Spin Factor in Path Integral Representation for Dirac Propagator in External Fields

TL;DR

This paper derives a bosonic path integral representation for the Dirac propagator in external fields, clarifying the spin factor's role in both 3+1 and 2+1 dimensions, and applies it to specific electromagnetic configurations.

Contribution

It provides a new derivation of the spin factor in 3+1 dimensions and a completely original derivation in 2+1 dimensions, simplifying the path integral representation of the Dirac propagator.

Findings

Derived bosonic path integral representation with spin factor in external fields

Clarified the meaning of Grassmann variable integration in the representation

Applied the representation to electromagnetic field configurations

Abstract

We study the spin factor problem both in $3+1$ and $2+1$ dimensions which are essentially different for spin factor construction. Doing all Grassmann integrations in the corresponding path integral representations for Dirac propagator we get representations with spin factor in arbitrary external field.
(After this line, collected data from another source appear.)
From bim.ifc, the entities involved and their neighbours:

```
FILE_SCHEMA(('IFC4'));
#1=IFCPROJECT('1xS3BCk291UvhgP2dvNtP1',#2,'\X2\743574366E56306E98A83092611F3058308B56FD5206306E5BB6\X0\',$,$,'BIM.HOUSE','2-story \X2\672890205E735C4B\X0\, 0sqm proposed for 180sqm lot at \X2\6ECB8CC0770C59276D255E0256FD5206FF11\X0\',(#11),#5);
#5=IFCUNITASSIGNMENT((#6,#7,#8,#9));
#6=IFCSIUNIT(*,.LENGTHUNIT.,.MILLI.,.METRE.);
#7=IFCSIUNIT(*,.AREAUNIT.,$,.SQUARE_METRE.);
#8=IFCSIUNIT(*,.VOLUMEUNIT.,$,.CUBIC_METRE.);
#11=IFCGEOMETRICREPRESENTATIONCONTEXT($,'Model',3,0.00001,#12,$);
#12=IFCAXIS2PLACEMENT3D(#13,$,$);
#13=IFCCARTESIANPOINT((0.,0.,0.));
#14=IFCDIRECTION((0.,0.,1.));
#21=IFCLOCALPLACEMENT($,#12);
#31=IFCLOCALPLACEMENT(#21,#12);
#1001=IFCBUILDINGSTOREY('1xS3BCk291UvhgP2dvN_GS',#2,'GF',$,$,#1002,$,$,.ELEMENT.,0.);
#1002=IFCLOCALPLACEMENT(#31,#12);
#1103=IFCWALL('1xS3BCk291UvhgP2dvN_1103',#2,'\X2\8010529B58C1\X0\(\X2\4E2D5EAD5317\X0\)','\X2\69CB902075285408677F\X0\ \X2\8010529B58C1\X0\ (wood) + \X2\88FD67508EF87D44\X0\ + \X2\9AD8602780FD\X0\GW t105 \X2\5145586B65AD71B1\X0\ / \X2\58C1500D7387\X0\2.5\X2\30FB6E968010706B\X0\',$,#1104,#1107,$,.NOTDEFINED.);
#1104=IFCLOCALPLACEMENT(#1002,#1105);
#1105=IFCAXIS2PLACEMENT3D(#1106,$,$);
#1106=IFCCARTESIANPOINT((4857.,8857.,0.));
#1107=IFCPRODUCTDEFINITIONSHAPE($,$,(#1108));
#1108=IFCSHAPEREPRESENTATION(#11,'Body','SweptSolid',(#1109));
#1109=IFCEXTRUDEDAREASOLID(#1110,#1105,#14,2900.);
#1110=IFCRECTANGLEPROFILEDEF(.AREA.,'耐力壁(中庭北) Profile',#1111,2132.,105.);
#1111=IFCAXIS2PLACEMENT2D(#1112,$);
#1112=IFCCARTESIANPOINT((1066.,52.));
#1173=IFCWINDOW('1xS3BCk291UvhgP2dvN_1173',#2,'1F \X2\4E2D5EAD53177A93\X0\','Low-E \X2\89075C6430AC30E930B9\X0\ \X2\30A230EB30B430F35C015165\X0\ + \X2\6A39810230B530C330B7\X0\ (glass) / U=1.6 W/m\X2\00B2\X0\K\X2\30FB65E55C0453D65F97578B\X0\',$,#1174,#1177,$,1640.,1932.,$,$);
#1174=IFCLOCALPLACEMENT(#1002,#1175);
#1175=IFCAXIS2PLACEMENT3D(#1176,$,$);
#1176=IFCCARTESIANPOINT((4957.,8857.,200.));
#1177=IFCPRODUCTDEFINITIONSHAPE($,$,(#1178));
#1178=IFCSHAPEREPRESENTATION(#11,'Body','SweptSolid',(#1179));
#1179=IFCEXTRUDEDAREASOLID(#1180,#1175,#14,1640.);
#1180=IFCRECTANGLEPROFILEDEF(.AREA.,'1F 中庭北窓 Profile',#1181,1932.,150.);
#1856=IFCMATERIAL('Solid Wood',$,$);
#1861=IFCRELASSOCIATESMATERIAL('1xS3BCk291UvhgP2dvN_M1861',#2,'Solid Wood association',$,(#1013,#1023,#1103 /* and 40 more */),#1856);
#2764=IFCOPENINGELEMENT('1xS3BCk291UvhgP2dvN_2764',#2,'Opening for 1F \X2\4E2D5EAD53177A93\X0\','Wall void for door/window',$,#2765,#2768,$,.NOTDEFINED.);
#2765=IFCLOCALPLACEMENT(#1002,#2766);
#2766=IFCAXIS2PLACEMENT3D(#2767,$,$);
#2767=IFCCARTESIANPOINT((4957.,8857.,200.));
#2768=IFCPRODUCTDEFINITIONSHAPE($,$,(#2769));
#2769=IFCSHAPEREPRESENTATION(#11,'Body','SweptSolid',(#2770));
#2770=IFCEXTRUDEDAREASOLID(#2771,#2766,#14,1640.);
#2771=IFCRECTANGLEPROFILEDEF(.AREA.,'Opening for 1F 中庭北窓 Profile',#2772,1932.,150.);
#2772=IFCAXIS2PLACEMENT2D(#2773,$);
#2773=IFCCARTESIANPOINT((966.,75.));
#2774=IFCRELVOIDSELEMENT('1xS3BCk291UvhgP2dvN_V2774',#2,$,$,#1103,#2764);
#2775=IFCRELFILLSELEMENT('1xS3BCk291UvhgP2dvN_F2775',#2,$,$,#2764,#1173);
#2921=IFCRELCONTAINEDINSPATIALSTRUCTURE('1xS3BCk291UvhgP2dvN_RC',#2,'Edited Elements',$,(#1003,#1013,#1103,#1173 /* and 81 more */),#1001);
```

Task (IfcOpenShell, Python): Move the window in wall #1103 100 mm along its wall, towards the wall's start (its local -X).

```python
import ifcopenshell
import ifcopenshell.api.geometry
import ifcopenshell.util.placement

model = ifcopenshell.open("bim.ifc")

window = model.by_guid("1xS3BCk291UvhgP2dvN_1173")
opening = window.FillsVoids[0].RelatingOpeningElement
wall = opening.VoidsElements[0].RelatingBuildingElement

wall_matrix = ifcopenshell.util.placement.get_local_placement(wall.ObjectPlacement)
shift = wall_matrix[:3, 0] * -100.0
before = ifcopenshell.util.placement.get_local_placement(window.ObjectPlacement)[:3, 3].copy()

# The window is not placed relative to its opening, so move both.
for product in (opening, window):
    matrix = ifcopenshell.util.placement.get_local_placement(product.ObjectPlacement)
    matrix[:3, 3] += shift
    ifcopenshell.api.geometry.edit_object_placement(model, product=product, matrix=matrix, is_si=False)

after = ifcopenshell.util.placement.get_local_placement(window.ObjectPlacement)[:3, 3]
print("window moved by", (after - before).round(3) + 0.0)

model.write("bim_edited.ifc")
```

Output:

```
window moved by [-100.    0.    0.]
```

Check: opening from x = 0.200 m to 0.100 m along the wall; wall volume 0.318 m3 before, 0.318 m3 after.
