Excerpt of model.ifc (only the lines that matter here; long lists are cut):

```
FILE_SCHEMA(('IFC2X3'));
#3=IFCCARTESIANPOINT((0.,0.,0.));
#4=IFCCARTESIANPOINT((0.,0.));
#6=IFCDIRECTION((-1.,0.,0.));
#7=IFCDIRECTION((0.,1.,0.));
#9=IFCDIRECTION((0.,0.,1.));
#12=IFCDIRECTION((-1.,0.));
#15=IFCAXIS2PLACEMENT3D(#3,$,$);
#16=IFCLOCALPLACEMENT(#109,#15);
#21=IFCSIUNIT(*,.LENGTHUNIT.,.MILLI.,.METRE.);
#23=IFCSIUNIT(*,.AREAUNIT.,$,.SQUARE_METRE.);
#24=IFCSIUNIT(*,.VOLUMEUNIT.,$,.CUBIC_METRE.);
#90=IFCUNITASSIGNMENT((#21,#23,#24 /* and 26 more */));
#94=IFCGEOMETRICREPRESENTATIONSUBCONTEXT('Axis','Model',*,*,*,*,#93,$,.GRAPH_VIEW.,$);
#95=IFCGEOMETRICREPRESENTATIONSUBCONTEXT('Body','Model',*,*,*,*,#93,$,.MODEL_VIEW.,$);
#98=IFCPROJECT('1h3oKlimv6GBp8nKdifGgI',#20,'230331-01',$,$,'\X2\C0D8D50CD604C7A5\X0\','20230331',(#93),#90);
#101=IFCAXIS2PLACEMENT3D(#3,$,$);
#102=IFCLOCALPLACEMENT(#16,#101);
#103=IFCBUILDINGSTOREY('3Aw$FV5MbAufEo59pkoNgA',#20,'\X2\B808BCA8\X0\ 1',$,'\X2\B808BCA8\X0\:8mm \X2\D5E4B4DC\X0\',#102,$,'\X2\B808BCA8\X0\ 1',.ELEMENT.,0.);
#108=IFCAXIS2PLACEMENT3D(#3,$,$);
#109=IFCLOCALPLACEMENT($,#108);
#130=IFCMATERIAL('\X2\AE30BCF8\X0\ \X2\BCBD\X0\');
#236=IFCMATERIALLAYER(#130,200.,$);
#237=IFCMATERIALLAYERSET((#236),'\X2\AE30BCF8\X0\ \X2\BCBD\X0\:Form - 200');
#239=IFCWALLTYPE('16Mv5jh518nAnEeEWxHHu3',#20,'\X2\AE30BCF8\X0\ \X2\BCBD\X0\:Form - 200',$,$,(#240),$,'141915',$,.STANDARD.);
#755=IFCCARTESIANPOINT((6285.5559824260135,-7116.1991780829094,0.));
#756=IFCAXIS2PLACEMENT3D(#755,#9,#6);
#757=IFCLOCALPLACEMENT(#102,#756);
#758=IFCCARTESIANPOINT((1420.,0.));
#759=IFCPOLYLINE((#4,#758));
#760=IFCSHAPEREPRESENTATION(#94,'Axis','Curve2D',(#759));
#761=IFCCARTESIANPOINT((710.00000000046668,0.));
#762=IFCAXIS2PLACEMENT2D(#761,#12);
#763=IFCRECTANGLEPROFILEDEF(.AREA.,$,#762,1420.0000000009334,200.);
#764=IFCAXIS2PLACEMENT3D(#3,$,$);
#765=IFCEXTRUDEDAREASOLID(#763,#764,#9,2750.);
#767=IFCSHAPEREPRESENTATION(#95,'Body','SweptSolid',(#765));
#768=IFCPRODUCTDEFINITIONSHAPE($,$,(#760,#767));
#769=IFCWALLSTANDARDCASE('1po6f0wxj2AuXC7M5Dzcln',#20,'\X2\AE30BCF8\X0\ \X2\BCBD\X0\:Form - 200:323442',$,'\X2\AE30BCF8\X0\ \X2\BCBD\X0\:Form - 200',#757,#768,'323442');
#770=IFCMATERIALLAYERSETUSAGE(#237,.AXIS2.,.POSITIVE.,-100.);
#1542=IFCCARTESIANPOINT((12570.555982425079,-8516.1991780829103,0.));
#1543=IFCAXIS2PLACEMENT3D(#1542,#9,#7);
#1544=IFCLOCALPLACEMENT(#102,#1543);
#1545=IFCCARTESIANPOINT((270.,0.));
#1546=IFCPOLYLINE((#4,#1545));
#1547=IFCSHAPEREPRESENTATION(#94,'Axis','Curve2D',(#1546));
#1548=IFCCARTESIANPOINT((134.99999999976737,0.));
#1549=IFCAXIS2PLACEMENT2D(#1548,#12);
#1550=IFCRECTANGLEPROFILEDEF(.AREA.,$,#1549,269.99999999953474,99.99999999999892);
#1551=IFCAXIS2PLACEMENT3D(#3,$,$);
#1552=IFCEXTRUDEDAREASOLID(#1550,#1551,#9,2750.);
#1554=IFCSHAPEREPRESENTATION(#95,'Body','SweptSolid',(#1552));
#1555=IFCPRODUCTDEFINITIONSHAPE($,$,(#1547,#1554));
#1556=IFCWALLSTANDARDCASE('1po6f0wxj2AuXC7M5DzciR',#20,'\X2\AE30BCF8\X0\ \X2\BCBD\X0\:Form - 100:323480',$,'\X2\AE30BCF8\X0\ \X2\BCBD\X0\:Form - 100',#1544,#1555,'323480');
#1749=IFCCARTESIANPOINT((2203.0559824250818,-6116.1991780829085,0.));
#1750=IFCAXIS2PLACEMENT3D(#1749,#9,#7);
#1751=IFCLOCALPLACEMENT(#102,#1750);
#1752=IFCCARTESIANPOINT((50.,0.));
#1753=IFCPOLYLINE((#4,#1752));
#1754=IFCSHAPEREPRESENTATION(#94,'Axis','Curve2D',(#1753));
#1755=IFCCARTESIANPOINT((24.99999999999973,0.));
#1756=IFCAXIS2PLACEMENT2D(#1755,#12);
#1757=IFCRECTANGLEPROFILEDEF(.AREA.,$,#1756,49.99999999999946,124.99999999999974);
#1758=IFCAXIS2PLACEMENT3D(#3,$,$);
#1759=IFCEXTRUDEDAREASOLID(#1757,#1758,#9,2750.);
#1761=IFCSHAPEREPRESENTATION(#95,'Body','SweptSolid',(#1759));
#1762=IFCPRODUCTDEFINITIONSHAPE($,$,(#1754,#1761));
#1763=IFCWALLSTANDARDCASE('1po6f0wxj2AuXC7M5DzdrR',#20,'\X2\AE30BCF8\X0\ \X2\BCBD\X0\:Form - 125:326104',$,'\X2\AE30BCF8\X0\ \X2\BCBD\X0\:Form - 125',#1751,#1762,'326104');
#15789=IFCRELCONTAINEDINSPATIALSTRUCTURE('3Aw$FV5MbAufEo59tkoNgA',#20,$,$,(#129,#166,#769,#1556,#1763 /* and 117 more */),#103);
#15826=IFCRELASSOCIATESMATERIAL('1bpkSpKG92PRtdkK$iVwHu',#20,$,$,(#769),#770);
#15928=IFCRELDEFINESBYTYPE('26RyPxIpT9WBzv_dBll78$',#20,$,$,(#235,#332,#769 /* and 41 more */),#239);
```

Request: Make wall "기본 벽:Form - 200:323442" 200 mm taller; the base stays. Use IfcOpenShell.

```python
import ifcopenshell
import ifcopenshell.geom
import ifcopenshell.util.representation
import ifcopenshell.util.shape
import ifcopenshell.util.unit

model = ifcopenshell.open("model.ifc")
unit_scale = ifcopenshell.util.unit.calculate_unit_scale(model)
settings = ifcopenshell.geom.settings()


def volume(element):
    """Net volume in cubic metres, openings subtracted."""
    shape = ifcopenshell.geom.create_shape(settings, element)
    return ifcopenshell.util.shape.get_volume(shape.geometry)


wall = model.by_guid("1po6f0wxj2AuXC7M5Dzcln")
before = volume(wall)

body = ifcopenshell.util.representation.get_representation(wall, "Model", "Body")
solid = body.Items[0]
old_height = solid.Depth
solid.Depth += 0.2 / unit_scale
after = volume(wall)

print(f"height {old_height:g} -> {solid.Depth:g}, volume {before:.3f} -> {after:.3f} m3")

model.write("model_edited.ifc")
```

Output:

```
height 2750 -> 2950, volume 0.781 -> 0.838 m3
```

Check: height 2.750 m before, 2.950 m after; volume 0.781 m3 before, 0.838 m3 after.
Thus, the propagator appears to be presented by means of bosonic path integral only. In $3+1$ dimensions we present a simple derivation of spin factor avoiding some unnecessary steps in the original brief letter (Gitman, Shvartsman, Phys. Lett. {\bf B318} (1993) 122) which themselves need some additional justification. In this way the meaning of the surprising possibility of complete integration over Grassmann variables gets clear. In $2+1$ dimensions the derivation of the spin factor is completely original. Then we use the representations with spin factor for calculations of the propagator in some configurations of external fields. Namely, in constant uniform electromagnetic field and in its combination with a plane wave field.